I. La feuille de route

La Résolution du Conseil du 30 novembre 20091 et ensuite le Programme de Stockholm2 ont invité les États membres de l`Union européenne à entreprendre une action commune, visant à renforcer les droits procéduraux des suspects et des personnes poursuivies dans le cadre des procédures pénales, notamment en adoptant une feuille de route. Celle-ci prévoit l'adoption de plusieurs mesures - dont l'ordre de mise en œuvre est indicatif - en matière de traduction et d'interprétation (mesure A), des informations relatives aux droits et à l’accusation (mesure B), à l’assistance d’un conseiller juridique et aide juridictionnelle (mesure C), à la communication avec les proches, les employeurs et les autorités consulaires (mesure D), aux garanties particulières pour les suspects ou les personnes poursuivies qui sont vulnérables (mesure E), et, enfin au livre vert au sujet de la détention provisoire (mesure F).
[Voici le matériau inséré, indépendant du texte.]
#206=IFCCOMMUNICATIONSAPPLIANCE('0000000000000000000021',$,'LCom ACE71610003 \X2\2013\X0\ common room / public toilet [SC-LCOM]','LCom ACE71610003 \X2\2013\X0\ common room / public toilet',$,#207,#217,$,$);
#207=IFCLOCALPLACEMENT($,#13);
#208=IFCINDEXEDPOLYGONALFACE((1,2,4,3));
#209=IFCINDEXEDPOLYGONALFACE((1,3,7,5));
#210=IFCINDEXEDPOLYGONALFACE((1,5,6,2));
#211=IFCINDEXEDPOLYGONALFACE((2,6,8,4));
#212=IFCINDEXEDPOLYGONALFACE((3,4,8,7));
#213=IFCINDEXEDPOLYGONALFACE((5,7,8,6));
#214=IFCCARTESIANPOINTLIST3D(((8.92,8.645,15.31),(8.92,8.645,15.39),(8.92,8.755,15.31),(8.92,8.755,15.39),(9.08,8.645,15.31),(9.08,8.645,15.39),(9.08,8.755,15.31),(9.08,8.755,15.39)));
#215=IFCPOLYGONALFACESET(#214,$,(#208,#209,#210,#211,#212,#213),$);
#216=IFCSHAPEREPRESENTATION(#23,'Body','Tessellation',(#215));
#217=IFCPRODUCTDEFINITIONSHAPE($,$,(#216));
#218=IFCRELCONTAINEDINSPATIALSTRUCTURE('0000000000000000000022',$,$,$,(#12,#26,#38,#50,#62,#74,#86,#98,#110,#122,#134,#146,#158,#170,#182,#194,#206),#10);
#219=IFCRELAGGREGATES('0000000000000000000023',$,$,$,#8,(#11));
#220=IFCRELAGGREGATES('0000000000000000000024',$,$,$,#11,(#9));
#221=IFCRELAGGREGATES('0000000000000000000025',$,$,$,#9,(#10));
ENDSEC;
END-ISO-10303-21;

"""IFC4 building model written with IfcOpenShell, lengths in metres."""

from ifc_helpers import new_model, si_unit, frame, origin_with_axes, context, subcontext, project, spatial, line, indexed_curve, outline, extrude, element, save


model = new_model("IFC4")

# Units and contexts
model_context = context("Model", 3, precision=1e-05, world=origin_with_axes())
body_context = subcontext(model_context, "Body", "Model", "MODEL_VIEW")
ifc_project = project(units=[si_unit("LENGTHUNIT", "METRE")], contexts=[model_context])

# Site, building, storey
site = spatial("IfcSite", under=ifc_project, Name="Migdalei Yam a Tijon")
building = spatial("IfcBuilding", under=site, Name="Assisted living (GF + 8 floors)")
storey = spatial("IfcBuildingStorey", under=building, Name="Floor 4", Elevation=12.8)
Bien que ce parcours tourne maintenant vers sa fin, par l'adoption de directives de l’Union européenne qui sont actuellement en voie de transposition dans les différents Pays membres, il ne semble pas que ce cheminement soit entièrement achevé En effet, quant à la mesure C, concernant, plus en général, les droits de la défense, sont désormais adoptées la directive 2013/48/UE relative au droit d’accès à un avocat,3 la directive 2016/800/UE4 relative à la mise en place de garanties procédurales en faveur des enfants qui sont des suspects ou des personnes poursuivies et, enfin, la directive 2016/1919/UE.5 Aucune de ces trois mesures, toutefois, ne touche le thème des enquêtes de la défense qui sont même interdites dans certains pays de l'Union européenne. Ce profil a en particulier émergé lors d'une récente conférence, qui a eu lieu au Tribunal de Milan le 23 Septembre 2016, dans laquelle, cependant, le Conseil de l'Ordre des Avocats de Milan et le Conseil du Barreau de Dijon ont signé un Protocole de coopération visant à promouvoir, parmi d’autres, l'échange des informations et des bonnes pratiques.6

Par ailleurs, le thème des enquêtes de la défense ne semble pas avoir été tout à fait abordé et ce même dans le contexte d’autres directives, parmi lesquelles la directive 2014/41/UE du 3 avril 2014 concernant la décision d'enquête européenne en matière pénale7 qui ne semble pas avoir prévu un véritable pouvoir de la défense de mener des enquêtes à l'étranger.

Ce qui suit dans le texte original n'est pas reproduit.